Omelettes made using whole eggs and egg whites are a great source of muscle-building protein and amino acids. Omelettes should be consumed 2-3 hours before a workout to avoid muscle catabolism and promote muscle growth.
9. HOMEMADE PROTEIN BARS
Homemade protein bars are super easy to make and perfect for a quick on the go pre-workout food. What’s more, you can control the content making bars that are high in carbohydrates and protein or low in carbohydrates and high in protein.
10. PROTEIN SHAKES
If you’re on the go and in a hurry or none of the above appeal to you, a quick protein shake can solve your pre-workout problems. By consuming a shake with a good source of fast-releasing protein, such as whey protein with simple carbohydrates like maltodextrin powder, you can get all the pre-workout nutrients you need in a matter of minutes.

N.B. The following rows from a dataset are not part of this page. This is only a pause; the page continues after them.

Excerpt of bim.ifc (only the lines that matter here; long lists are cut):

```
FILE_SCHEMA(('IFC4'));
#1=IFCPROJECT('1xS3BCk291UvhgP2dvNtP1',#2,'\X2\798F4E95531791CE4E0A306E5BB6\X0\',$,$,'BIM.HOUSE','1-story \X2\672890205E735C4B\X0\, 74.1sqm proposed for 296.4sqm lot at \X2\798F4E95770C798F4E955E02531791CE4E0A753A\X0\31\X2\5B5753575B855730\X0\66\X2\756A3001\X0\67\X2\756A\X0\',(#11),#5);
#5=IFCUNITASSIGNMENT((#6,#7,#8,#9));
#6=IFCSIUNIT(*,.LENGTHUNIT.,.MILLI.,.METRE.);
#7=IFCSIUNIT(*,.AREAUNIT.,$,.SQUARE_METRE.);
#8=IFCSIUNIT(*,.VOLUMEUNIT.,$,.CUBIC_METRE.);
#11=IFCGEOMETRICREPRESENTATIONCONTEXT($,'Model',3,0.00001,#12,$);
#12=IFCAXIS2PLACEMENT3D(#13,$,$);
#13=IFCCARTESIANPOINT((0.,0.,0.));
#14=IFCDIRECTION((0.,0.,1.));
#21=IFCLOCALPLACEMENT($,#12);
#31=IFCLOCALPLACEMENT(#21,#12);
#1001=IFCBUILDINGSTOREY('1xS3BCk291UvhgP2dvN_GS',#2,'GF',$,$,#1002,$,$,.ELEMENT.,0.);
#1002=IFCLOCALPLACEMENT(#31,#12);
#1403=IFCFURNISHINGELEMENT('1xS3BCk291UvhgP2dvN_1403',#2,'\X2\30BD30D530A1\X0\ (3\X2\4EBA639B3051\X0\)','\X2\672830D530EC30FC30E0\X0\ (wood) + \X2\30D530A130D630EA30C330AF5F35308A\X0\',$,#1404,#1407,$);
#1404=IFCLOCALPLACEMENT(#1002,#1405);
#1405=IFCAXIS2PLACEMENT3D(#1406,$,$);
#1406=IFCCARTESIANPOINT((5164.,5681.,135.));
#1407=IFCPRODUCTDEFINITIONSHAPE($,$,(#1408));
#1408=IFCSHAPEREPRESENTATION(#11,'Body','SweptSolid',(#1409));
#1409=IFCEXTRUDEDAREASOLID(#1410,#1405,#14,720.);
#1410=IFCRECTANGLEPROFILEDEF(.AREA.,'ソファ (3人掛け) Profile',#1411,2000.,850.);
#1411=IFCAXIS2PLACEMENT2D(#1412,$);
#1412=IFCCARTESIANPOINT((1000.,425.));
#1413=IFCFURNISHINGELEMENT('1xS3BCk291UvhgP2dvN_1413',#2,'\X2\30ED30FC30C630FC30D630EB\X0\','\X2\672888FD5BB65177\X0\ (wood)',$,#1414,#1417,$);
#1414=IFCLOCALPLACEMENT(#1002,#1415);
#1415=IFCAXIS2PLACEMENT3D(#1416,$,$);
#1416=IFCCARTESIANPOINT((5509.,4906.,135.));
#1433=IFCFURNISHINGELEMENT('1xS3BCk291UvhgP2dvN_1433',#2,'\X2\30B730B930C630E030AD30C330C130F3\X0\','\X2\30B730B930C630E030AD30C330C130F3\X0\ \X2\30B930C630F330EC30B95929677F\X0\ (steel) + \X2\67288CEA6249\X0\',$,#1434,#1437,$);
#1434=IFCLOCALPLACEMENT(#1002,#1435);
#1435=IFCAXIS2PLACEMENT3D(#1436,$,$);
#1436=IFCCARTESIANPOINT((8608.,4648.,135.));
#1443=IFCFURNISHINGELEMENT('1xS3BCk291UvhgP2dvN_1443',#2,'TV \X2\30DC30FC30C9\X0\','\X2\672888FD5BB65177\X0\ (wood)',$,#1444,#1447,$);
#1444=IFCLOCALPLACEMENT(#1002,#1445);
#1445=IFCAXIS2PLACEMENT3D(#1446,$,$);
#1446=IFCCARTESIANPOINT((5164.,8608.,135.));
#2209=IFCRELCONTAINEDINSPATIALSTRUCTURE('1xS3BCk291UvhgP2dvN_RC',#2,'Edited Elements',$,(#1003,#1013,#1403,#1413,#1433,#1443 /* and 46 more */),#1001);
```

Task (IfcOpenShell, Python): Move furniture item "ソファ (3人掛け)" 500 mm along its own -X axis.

```python
import ifcopenshell
import ifcopenshell.api.geometry
import ifcopenshell.util.placement
import ifcopenshell.util.unit

model = ifcopenshell.open("bim.ifc")
unit_scale = ifcopenshell.util.unit.calculate_unit_scale(model)

item = model.by_guid("1xS3BCk291UvhgP2dvN_1403")
matrix = ifcopenshell.util.placement.get_local_placement(item.ObjectPlacement)
matrix[:3, 3] -= matrix[:3, 0] * 0.5 / unit_scale
ifcopenshell.api.geometry.edit_object_placement(model, product=item, matrix=matrix, is_si=False)

print(ifcopenshell.util.placement.get_local_placement(item.ObjectPlacement).round(3) + 0.0)

model.write("bim_rev.ifc")
```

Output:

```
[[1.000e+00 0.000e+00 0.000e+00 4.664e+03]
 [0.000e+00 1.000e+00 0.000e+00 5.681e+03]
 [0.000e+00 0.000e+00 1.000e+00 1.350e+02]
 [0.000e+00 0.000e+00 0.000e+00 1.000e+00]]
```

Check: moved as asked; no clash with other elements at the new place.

Our bodies use carbohydrates and glycogen as the first source of fuel. This is because carbohydrates and stored glycogen can be converted into ATP (adenoise triphosphate, i.e. energy) faster than protein and fat. Therefore, filling up your glycogen stores pre-workout will mean you’ll have more energy to perform at your best.
When we exercise, glycogen stores are quickly used up and depleted, so the body looks for new sources of energy – our muscles. By breaking down hard-earned muscle, the body can utilise amino acids for energy. This is bad, as it puts our bodies into a catabolic state, which can prevent muscle growth and recovery.
Eating the right foods pre-workout means you won’t only top up your glycogen stores, but by eating a good source of protein, you’ll also be able to promote muscle-protein synthesis and create an anabolic environment in the body.